KETANGGUHAN kota berawal dari warganya. Budaya siaga bencana perlu tumbuh di setiap lingkungan.

Ketika Siaga Menjadi Napas Kehidupan Kota
BUDAYA MELEKAT: Wali Kota Bandung, Muhammad Farhan mengajak, masyarakat membiasakan hidup siaga bencana mengingat Kota Bandung berada di kawasan yang dipengaruhi aktivitas Sesar Lembang. Kesiapsiagaan harus menjadi budaya yang melekat dalam kehidupan sehari-hari.

Oleh: Yogo Triastop

Gempa tidak pernah mengirim kabar sebelum datang. Dalam hitungan detik, keadaan dapat berubah, memaksa setiap orang mengambil keputusan yang menentukan keselamatan diri dan orang lain.

Di kota yang berada dalam pengaruh aktivitas Sesar Lembang seperti Bandung, kesiapsiagaan bukan lagi pilihan, melainkan bagian dari cara hidup.

Pesan itulah yang disampaikan Wali Kota Bandung, Muhammad Farhan. Menurutnya, budaya siaga bencana harus tumbuh dalam kehidupan sehari-hari, bukan hanya muncul ketika sirene berbunyi atau tanah mulai berguncang.

“Kesiapsiagaan menghadapi bencana harus berada dalam konteks kultural atau pembudayaan. Jangan dianggap sekadar persoalan teknis, tetapi harus menjadi kebiasaan masyarakat,” katanya, Selasa (4/8).

Sebagai ibu kota Provinsi Jawa Barat, Bandung tidak hanya menghadapi risiko bagi warganya sendiri. Setiap bencana yang terjadi berpotensi menimbulkan dampak yang lebih luas, baik terhadap aktivitas pemerintahan, ekonomi, maupun mobilitas masyarakat di kawasan sekitarnya. Karena itu, memahami langkah-langkah penyelamatan sejak dini menjadi bekal yang tidak bisa ditunda.

Budaya siaga, menurut Farhan, dapat dimulai dari hal-hal sederhana. Mengenali titik evakuasi, mengetahui jalur penyelamatan, memahami prosedur ketika terjadi keadaan darurat, hingga memiliki kepedulian untuk membantu sesama merupakan kebiasaan kecil yang dapat menyelamatkan banyak nyawa.

Namun kesiapsiagaan tidak cukup dibangun dengan papan petunjuk atau simulasi semata. Ada nilai yang jauh lebih penting, yakni gotong royong. Nilai itu, kata Farhan, telah lama menjadi karakter masyarakat Indonesia dan harus tetap hidup ketika menghadapi ancaman bencana.

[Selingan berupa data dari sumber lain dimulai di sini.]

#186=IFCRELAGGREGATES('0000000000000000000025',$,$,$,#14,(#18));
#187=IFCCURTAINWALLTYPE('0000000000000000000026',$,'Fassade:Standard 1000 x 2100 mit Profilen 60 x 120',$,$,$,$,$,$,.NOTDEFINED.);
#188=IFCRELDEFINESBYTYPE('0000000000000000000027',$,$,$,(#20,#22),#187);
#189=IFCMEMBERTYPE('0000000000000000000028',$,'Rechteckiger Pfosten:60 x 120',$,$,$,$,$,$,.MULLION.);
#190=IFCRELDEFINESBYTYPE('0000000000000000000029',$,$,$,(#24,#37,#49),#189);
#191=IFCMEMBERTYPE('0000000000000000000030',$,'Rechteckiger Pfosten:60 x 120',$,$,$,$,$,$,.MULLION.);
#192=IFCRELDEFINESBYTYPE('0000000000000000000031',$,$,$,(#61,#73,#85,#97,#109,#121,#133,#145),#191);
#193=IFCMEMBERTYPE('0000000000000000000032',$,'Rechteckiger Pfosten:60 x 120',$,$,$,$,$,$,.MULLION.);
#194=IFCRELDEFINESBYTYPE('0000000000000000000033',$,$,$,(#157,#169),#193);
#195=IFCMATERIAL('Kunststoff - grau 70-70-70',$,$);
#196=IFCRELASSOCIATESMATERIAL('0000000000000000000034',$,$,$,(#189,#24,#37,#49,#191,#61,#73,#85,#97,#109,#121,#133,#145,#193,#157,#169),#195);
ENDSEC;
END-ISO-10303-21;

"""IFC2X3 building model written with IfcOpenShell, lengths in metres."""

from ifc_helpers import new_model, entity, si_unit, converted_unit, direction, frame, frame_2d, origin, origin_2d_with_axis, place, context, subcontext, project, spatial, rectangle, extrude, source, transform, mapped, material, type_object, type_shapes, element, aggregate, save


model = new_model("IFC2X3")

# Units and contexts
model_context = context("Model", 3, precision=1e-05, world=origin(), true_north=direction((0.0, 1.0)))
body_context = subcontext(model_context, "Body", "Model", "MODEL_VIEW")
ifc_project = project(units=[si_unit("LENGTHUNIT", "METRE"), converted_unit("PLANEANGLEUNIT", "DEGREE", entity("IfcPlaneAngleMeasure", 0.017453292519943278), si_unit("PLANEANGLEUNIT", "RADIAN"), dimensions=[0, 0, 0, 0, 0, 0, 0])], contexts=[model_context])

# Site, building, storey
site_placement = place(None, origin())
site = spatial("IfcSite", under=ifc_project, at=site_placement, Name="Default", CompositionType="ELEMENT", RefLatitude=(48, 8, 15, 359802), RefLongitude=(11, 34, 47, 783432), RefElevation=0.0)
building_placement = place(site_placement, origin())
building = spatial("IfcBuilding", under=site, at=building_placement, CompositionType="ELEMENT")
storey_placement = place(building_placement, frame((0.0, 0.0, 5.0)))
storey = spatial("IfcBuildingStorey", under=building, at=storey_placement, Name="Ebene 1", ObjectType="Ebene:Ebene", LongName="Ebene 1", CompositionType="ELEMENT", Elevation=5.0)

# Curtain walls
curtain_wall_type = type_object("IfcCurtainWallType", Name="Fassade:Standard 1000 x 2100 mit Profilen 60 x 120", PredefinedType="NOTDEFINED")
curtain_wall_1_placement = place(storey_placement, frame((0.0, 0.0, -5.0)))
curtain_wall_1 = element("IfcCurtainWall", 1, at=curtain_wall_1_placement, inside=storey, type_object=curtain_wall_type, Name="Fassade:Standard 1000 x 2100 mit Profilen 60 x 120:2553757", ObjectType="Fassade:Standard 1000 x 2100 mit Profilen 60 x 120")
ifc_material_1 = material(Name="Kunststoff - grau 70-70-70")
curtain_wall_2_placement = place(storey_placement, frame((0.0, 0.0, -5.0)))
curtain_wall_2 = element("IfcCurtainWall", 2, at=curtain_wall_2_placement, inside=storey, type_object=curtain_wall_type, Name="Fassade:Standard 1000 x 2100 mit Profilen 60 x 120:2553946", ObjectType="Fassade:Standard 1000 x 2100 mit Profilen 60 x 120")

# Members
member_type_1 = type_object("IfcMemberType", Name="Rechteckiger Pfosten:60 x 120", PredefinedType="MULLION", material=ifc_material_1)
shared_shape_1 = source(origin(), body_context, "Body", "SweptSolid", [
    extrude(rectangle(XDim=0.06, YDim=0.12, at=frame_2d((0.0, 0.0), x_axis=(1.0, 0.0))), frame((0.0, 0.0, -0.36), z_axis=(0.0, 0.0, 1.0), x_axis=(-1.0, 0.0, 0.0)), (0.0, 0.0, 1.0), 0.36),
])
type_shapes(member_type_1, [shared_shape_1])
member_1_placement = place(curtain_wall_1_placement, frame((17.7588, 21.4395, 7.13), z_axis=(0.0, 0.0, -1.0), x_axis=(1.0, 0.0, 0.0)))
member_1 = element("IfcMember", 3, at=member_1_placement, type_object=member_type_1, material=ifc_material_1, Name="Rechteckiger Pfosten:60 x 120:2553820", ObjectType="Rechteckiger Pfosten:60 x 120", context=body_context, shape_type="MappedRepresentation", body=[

“Gotong royong adalah budaya sekaligus kepribadian bangsa. Tugas menjaga kota ini bukan semata-mata tugas pemerintah, tetapi harus melibatkan partisipasi masyarakat,” ujarnya.

Karena itu, dia mengingatkan agar masyarakat tidak terjebak pada pola pikir individualistis. Ketangguhan sebuah lingkungan justru lahir ketika warganya saling mengenal, saling peduli, dan saling membantu saat keadaan darurat datang.

Semangat tersebut dapat diwujudkan melalui berbagai organisasi masyarakat, mulai dari RT dan RW, Posyandu, PKK, Karang Taruna, Lembaga Pemberdayaan Masyarakat (LPM), Taruna Siaga Bencana (Tagana), hingga Kampung Siaga Bencana. Organisasi-organisasi itu menjadi simpul penting yang menghubungkan warga dalam membangun sistem kesiapsiagaan di tingkat lingkungan.